Both ways have their SEO issues (the first has more gotchas than the second). Like if you wish to migrate to another platform, as you wrote, you'll either need to emulate '.php' extensions or lose some traffic due to URL changes (even if setting up redirects).

I personally prefer the third approach. It isn't much difficult to set up on an Apache server and basically requires a few lines in .htaccess (you can customize everything, of course):

RewriteEngine On
RewriteCond %{REQUEST_FILENAME} !-f
RewriteCond %{REQUEST_FILENAME} !-d
RewriteRule ^(.*) index.php

After introducing these lines you'll get all requests to non-existent files being fed to your index.php. Then you need to parse and sanitize $_SERVER['REQUEST_URI'] variable in your application and retrieve a page from database or from a file or from anywhere else. This way you'll get pretty SEO-friendly URLs and disclose less information to attackers (at least to inexperienced ones, there are plenty of other ways to know which platform your site runs on than looking at file extensions).

Answer 2

Okay, so your question makes sense, but using your numbering & descriptions the best & most practical way to build a PHP site the way you describe is via option 1 added with option 3 to have what is typically called SEO friendly (aka: human readable, nice, simple, etc.) URLs.

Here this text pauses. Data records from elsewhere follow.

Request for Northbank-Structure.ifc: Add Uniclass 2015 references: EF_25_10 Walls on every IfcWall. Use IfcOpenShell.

First a look at what the model holds.

```python
import ifcopenshell

model = ifcopenshell.open("Northbank-Structure.ifc")
print(model.schema)
print("classifications:", [c.Name for c in model.by_type("IfcClassification")])
for ifc_class in ("IfcDoor", "IfcRoof", "IfcStair", "IfcWall", "IfcWindow"):
    print(ifc_class, len(model.by_type(ifc_class)))
```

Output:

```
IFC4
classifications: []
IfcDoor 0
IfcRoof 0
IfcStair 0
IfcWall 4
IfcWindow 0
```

```python
import ifcopenshell
import ifcopenshell.api.classification

model = ifcopenshell.open("Northbank-Structure.ifc")

system = ifcopenshell.api.classification.add_classification(model, classification="Uniclass 2015")

codes = {
    "IfcWall": ("EF_25_10", "Walls"),
}
for ifc_class, (code, name) in codes.items():
    products = model.by_type(ifc_class)
    ifcopenshell.api.classification.add_reference(
        model, products=products, classification=system, identification=code, name=name
    )
    print(code, len(products))

model.write("Northbank-Structure_rev.ifc")
```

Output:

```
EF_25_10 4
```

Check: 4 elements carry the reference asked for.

From a practical standpoint, structuring a system so all calls go through a common index.php file is a bit more heavy lifting on your side as a coder to begin with. But guess what? You are a programmer creating a tool that should have as much long term stability & security as it can have. So it is in your best interest—and your site’s best interest—to code towards option 1 as much as possible.

From a security point of view, it’s pretty easy to explain why option 1 wins all the time. By having the request for content being parsed via index.php you can easily program against any security issues you might have in one area instead of spreading yourself out across tons of files & functions. So let’s say you spot a security hole & know how to fix it. By having it all go through index.php—and the files it relies on—you can add a patch to your sites core code so the hole is patched regardless of if you have 1, 10, 100 or even 1,000 pages or more.

Also, in the year 2013 you should not use filenames for URL calls. Option 3 which creates the “nice” URLs solves that. It obscures your actual file system URL from the world. And it hides the fact you are indeed using PHP from the world. Note that part of any security plan should you making sure your site doesn’t announce to the world that you are using PHP via headers, but that concept is outside the scope of this question.

Also, the benefit of having nice URLs that obscure your code is this: Let’s say you get bored with PHP & want to move onto Python or Ruby for your coding. Well, now since the underlying programming language is obscured you can now reprogram your site in another language & as long as you make sure to have your scripts react as expected to the illd site URLs, you’re good to go.